I realized, a few days in to T25, that during workouts my mind wanders quite far into elaborate fantasies about the end result of all of this jumping up and down. I imagine myself Olympian fit and either I’m beating people up a la Buffy/Nikita (which makes sense) or I’m wearing beautiful clothes in a beautiful city on a brilliantly sunny day sitting outside of some patisserie stuffing my face full of pain au chocolat.

Apparently this is my motivation to work out. 

And now we have come to the meat of this account. 

It’s lunch time in Westport and I’m hypoglycemic hangry. There are way too many options so we decide to hit up The Beer Kitchen on the corner of Pennsylvania and Westport. Their website sums them up in this way:

“HONEST FOOD & CAREFULLY SELECTED BEEF. If your heart races at the smell of a malty-sweet & robust Imperial Brown Ale and as we slide under your nose, our juicy 100% American beer burger stuffed with Kansas City-style burnt ends, lathered with house-made BBQ sauce, giant tears of joy begin to fall on the bar, then Beer Kitchen is the place for you.”

Interesting. 

We walked in and it was cool in that, “I’m all urban and have exposed brick walls and the pulls of old beer taps hanging from my ceiling” kind of way. And yet, it felt like they meant it. (Intention goes a long way.)

 

The menu boasted of exciting combinations like: "Tillamook cheddar with bourbon soaked raisins," while throwing around phrases like “8-hour slow braised meat.” They bandied with words like crostini and artisan and aioli and peppadew vinaigrette. They bragged of house-made ingredients like ricotta.

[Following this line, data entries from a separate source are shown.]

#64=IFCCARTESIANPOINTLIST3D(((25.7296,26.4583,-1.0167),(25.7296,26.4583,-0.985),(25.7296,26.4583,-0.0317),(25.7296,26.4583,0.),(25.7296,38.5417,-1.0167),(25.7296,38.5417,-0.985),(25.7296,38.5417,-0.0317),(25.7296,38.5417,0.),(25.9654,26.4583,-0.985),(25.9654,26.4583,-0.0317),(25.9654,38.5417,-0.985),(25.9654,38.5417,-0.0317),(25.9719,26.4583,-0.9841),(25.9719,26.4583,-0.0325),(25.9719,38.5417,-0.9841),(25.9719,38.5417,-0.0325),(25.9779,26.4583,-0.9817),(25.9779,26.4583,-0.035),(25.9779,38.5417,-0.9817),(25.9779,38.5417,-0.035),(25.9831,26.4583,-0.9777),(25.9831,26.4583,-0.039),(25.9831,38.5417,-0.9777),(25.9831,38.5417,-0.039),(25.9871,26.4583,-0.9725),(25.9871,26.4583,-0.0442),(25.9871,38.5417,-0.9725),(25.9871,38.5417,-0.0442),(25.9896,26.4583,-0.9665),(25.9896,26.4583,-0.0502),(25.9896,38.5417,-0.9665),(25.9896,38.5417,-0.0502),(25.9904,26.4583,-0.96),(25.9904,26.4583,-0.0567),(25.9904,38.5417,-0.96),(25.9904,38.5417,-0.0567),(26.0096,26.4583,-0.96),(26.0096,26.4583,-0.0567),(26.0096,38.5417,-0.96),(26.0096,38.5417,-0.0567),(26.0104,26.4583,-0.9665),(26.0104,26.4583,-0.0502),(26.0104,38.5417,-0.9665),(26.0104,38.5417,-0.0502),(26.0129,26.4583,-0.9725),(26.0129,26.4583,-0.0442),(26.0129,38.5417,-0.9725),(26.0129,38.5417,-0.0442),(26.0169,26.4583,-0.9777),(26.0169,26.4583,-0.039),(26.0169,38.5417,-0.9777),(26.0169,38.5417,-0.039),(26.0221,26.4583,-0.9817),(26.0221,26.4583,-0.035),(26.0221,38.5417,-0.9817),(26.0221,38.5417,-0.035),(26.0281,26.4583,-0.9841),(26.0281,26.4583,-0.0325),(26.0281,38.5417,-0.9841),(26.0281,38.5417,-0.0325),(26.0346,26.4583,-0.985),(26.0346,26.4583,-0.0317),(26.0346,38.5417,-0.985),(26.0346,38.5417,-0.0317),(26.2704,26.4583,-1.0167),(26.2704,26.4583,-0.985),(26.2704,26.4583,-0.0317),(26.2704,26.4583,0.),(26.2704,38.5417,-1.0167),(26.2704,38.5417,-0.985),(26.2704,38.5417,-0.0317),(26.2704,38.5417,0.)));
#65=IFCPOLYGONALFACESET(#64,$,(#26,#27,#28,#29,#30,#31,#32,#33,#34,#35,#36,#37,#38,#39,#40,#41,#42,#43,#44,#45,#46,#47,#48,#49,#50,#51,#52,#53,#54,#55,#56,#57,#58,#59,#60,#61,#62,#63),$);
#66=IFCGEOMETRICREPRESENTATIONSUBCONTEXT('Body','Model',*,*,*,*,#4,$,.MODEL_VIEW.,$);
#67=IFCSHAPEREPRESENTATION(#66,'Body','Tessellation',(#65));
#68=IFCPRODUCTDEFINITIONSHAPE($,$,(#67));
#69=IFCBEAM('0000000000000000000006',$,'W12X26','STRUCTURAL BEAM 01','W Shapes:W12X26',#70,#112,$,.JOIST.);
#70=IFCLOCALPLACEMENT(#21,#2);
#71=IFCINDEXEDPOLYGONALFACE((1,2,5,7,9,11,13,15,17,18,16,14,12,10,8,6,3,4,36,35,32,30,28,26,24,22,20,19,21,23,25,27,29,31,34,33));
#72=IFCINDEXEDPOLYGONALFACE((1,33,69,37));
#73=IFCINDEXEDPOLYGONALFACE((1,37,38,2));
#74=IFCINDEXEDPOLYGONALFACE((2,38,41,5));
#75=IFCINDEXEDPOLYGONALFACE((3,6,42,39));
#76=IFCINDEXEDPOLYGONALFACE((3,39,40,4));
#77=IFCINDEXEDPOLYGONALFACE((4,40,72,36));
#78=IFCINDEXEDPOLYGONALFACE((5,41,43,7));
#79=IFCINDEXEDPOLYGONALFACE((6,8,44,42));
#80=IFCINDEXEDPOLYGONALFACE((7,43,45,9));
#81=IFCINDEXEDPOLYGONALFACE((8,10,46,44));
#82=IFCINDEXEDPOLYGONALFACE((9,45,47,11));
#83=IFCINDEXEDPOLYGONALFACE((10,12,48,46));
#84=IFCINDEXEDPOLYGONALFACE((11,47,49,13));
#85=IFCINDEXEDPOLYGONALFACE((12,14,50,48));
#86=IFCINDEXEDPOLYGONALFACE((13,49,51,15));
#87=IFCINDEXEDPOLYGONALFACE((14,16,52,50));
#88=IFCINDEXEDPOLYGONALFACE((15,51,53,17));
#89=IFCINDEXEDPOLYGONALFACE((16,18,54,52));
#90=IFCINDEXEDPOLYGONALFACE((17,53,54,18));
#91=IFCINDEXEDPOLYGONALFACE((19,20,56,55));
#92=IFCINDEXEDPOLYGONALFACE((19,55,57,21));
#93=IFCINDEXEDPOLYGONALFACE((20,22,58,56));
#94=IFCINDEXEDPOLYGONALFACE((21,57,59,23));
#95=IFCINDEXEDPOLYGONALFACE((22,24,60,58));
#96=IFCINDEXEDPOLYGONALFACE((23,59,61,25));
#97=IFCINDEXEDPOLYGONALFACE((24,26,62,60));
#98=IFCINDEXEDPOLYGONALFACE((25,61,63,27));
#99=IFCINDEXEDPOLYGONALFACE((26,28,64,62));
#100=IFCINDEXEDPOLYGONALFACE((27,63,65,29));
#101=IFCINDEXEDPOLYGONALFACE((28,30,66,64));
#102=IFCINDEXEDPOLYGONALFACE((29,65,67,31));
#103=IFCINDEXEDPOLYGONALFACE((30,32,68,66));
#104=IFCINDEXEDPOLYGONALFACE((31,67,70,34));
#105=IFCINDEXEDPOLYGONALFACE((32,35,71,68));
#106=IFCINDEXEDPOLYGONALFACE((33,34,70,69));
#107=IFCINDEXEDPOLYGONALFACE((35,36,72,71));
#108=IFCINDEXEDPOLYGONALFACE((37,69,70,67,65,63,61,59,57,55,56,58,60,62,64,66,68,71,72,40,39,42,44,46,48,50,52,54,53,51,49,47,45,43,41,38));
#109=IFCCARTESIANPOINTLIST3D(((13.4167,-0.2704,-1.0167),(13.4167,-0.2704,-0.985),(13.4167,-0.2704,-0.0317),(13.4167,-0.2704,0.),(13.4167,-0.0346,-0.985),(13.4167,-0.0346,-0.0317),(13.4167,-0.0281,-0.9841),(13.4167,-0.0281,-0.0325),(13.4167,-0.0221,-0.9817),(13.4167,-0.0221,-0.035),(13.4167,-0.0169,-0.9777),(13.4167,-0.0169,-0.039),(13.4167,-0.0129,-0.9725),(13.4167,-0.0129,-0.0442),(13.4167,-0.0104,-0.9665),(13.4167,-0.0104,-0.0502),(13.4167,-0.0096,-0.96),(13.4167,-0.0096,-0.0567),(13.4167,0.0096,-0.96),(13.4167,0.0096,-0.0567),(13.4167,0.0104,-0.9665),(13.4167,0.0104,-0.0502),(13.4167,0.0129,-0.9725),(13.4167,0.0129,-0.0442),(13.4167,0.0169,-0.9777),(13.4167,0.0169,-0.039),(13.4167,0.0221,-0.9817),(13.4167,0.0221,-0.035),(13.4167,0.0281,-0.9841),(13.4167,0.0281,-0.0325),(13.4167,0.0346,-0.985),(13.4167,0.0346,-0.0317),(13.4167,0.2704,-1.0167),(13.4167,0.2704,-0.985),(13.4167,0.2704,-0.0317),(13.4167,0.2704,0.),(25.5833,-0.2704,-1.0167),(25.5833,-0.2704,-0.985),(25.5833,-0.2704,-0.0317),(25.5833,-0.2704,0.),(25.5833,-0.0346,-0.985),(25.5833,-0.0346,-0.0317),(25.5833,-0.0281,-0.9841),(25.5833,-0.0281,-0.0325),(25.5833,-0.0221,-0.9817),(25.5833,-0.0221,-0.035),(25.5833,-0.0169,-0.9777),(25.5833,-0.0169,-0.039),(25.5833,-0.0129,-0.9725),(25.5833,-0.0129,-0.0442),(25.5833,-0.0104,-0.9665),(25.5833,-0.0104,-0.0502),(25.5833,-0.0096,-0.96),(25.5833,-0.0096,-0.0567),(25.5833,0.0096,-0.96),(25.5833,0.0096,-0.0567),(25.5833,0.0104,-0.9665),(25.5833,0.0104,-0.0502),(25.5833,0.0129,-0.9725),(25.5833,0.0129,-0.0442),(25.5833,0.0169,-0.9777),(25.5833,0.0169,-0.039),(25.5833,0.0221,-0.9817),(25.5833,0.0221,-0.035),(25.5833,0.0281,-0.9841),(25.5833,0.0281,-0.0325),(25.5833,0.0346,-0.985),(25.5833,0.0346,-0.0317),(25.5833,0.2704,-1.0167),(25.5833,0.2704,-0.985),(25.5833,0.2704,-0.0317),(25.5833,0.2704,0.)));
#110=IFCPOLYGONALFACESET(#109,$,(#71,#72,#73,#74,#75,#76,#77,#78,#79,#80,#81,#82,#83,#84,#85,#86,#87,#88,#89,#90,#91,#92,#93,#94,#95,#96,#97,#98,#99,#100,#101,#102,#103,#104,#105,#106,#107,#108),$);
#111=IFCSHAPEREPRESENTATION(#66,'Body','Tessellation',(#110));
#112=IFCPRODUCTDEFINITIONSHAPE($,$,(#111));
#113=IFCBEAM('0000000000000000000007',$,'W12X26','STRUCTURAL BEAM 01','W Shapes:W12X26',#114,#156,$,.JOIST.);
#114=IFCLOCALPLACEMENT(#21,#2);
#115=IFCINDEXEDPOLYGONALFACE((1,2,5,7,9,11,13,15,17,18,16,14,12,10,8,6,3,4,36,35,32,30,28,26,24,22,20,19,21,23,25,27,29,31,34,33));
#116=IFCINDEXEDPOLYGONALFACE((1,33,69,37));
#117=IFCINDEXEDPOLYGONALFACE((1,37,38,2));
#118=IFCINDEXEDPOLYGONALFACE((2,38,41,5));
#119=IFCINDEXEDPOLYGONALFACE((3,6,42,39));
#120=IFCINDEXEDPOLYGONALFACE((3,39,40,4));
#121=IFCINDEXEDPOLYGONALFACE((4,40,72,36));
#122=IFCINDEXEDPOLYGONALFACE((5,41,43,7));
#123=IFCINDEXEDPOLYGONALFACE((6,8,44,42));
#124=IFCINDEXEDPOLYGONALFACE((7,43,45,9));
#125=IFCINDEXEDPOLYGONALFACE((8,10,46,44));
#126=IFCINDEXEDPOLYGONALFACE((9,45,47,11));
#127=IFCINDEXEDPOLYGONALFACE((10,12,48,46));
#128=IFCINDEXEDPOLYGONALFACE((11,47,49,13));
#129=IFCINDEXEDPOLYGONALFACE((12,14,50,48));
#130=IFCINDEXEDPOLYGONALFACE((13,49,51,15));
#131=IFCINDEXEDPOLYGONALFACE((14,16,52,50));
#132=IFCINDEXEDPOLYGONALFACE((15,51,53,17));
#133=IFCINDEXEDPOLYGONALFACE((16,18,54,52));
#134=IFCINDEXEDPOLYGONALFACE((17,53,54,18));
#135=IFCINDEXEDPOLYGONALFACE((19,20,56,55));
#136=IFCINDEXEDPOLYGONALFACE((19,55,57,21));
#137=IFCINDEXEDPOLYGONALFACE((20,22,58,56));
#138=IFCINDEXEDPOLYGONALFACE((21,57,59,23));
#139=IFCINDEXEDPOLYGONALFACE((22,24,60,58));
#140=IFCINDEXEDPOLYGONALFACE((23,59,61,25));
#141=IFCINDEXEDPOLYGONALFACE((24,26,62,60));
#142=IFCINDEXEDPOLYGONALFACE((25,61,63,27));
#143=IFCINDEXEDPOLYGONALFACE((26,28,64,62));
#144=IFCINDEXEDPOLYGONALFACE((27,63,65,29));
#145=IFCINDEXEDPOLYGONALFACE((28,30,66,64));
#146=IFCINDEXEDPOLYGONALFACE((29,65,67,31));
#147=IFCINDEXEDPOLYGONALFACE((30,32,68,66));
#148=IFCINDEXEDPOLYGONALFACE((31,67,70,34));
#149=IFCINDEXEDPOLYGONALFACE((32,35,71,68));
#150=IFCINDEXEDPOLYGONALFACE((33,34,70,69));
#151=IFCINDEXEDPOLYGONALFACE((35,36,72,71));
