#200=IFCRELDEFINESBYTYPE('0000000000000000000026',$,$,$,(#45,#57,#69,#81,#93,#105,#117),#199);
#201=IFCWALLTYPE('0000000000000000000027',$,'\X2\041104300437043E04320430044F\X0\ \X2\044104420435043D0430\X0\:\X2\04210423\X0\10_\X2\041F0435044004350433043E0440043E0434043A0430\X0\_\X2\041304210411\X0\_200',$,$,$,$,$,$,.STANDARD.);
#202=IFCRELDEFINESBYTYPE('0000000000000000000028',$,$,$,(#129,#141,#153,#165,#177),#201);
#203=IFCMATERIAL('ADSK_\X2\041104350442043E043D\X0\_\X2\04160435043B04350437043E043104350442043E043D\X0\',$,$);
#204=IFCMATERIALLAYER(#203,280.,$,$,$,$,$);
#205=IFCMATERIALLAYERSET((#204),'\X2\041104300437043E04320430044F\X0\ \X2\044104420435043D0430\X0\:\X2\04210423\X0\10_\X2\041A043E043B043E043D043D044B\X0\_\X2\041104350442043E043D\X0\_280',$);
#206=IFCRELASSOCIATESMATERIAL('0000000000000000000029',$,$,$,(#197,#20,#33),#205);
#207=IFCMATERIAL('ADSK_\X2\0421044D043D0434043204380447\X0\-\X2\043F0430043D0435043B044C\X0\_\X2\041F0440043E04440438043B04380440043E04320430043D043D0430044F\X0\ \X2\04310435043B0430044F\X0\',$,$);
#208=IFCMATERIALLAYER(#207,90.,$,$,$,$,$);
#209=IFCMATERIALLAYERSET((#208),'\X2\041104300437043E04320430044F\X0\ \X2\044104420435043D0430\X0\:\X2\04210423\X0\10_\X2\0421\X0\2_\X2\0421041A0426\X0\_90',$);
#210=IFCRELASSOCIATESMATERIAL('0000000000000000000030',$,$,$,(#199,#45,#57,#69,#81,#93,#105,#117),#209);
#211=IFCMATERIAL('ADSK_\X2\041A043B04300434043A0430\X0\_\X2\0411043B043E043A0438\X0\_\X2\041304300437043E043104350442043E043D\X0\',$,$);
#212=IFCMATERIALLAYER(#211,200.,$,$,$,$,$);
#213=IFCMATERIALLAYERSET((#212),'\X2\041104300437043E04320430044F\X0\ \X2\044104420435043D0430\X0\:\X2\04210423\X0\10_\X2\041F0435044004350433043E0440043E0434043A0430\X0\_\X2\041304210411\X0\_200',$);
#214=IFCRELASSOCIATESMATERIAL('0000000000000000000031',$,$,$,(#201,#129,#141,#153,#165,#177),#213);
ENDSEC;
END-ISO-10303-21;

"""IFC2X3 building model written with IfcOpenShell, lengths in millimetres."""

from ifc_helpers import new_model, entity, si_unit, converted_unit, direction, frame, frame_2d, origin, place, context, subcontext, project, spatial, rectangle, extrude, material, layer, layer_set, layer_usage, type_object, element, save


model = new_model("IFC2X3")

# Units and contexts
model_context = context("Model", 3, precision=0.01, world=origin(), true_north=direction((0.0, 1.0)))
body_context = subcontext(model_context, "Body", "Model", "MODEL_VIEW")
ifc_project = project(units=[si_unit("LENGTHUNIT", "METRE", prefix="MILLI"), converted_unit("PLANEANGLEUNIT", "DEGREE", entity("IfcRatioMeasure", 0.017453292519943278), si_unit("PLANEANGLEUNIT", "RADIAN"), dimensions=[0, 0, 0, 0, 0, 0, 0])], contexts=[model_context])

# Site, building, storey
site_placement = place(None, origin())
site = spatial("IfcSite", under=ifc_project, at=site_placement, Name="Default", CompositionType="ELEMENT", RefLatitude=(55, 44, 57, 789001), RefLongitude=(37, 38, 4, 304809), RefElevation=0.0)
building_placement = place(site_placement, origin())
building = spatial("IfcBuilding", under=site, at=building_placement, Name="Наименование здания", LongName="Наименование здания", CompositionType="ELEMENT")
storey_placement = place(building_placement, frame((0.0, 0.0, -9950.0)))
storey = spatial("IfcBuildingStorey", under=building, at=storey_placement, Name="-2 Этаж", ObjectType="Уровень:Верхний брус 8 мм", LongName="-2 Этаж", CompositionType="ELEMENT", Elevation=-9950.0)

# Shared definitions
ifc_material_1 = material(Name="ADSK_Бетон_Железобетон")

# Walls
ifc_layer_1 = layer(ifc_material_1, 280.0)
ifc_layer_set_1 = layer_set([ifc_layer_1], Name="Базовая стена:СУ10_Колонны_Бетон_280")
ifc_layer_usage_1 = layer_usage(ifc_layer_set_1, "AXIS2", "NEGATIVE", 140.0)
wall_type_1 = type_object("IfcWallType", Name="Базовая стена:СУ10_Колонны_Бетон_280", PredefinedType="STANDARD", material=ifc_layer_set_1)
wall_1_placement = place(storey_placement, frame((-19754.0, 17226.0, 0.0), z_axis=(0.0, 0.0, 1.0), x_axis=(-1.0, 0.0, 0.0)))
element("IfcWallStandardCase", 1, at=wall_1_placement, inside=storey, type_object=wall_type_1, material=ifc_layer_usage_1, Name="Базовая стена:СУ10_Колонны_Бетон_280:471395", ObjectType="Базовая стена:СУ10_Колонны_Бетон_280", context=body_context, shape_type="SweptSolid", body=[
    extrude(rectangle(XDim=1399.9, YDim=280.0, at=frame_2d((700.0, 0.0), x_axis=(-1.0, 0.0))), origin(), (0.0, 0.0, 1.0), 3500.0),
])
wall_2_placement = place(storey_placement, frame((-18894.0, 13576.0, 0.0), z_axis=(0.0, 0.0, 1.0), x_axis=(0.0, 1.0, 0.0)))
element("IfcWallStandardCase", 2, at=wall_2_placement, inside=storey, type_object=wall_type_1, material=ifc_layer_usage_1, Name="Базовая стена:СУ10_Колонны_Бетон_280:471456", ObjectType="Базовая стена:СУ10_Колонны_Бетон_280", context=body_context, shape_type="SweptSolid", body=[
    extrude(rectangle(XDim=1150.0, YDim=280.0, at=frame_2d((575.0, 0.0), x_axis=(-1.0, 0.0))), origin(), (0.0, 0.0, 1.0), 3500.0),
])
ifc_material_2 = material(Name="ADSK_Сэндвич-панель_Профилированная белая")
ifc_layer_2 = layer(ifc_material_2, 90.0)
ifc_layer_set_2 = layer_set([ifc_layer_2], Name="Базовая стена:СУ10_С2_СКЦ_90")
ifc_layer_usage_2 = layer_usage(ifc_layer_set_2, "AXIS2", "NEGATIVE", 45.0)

Be it the clever language promising me pleasures evermore, or my all-consuming hanger, the marketing was working.

I wanted to charge into the kitchen and shove fistfuls of pancetta and basil into my mouth.

I didn’t, though. 

I did, however, know what appetizer I wanted right from the minute I looked down at this tantalizing menu. I wanted the fried green tomatoes. So, you know, as things tend to go for me, the good chefs at the Beer Kitchen were still making them. As in, they were not ready for service.

We settled for the seasonal Tomato Tart because what’s the point of featuring seasonal menu items if we, the people, aren’t adventurous and give them a chance? (Heirlooms/ chive ricotta/ basil/ arugula/ olive oil balsamic reduction/ toasted almonds). 

 

  

It was a nice dish.

Perhaps my problem, let the reader understand, is that I don’t want a nice dish. I want a dish that either strikes me to the core of my being or that leaves me thinking about it’s nuances and graces for the rest of the day.

I’m being unfair. The Tart was nice

The tart was flaky, excellently so. And my complaint, when people get adventurous and try a tart, is that the crust is soggy by the time the dish is plated and brought to the table. But this tart did not disappoint. The ingredients were clean and the description was accurate in what flavors would be delivered.

(John wants me to note that he liked it. A lot.)

My biggest complaint was that I wanted the chive ricotta to be a little more chivey. Like, a helluva lot more chivey. Don’t be scrimpin’ on the chives, people. 

So then there was some waiting for the rest of the food. We had arrived around noon to a deserted restaurant but by the time we’d finished our appetizer the restaurant was suddenly at max capacity.

I wondered about this.

It was probably the fifteenth time in the last four months where I’ve gone somewhere to eat and it’s a wasteland when I arrive and then BOOM the crowds appear and I’m looking around thinking, “I beat the crowd! I’m magic!” 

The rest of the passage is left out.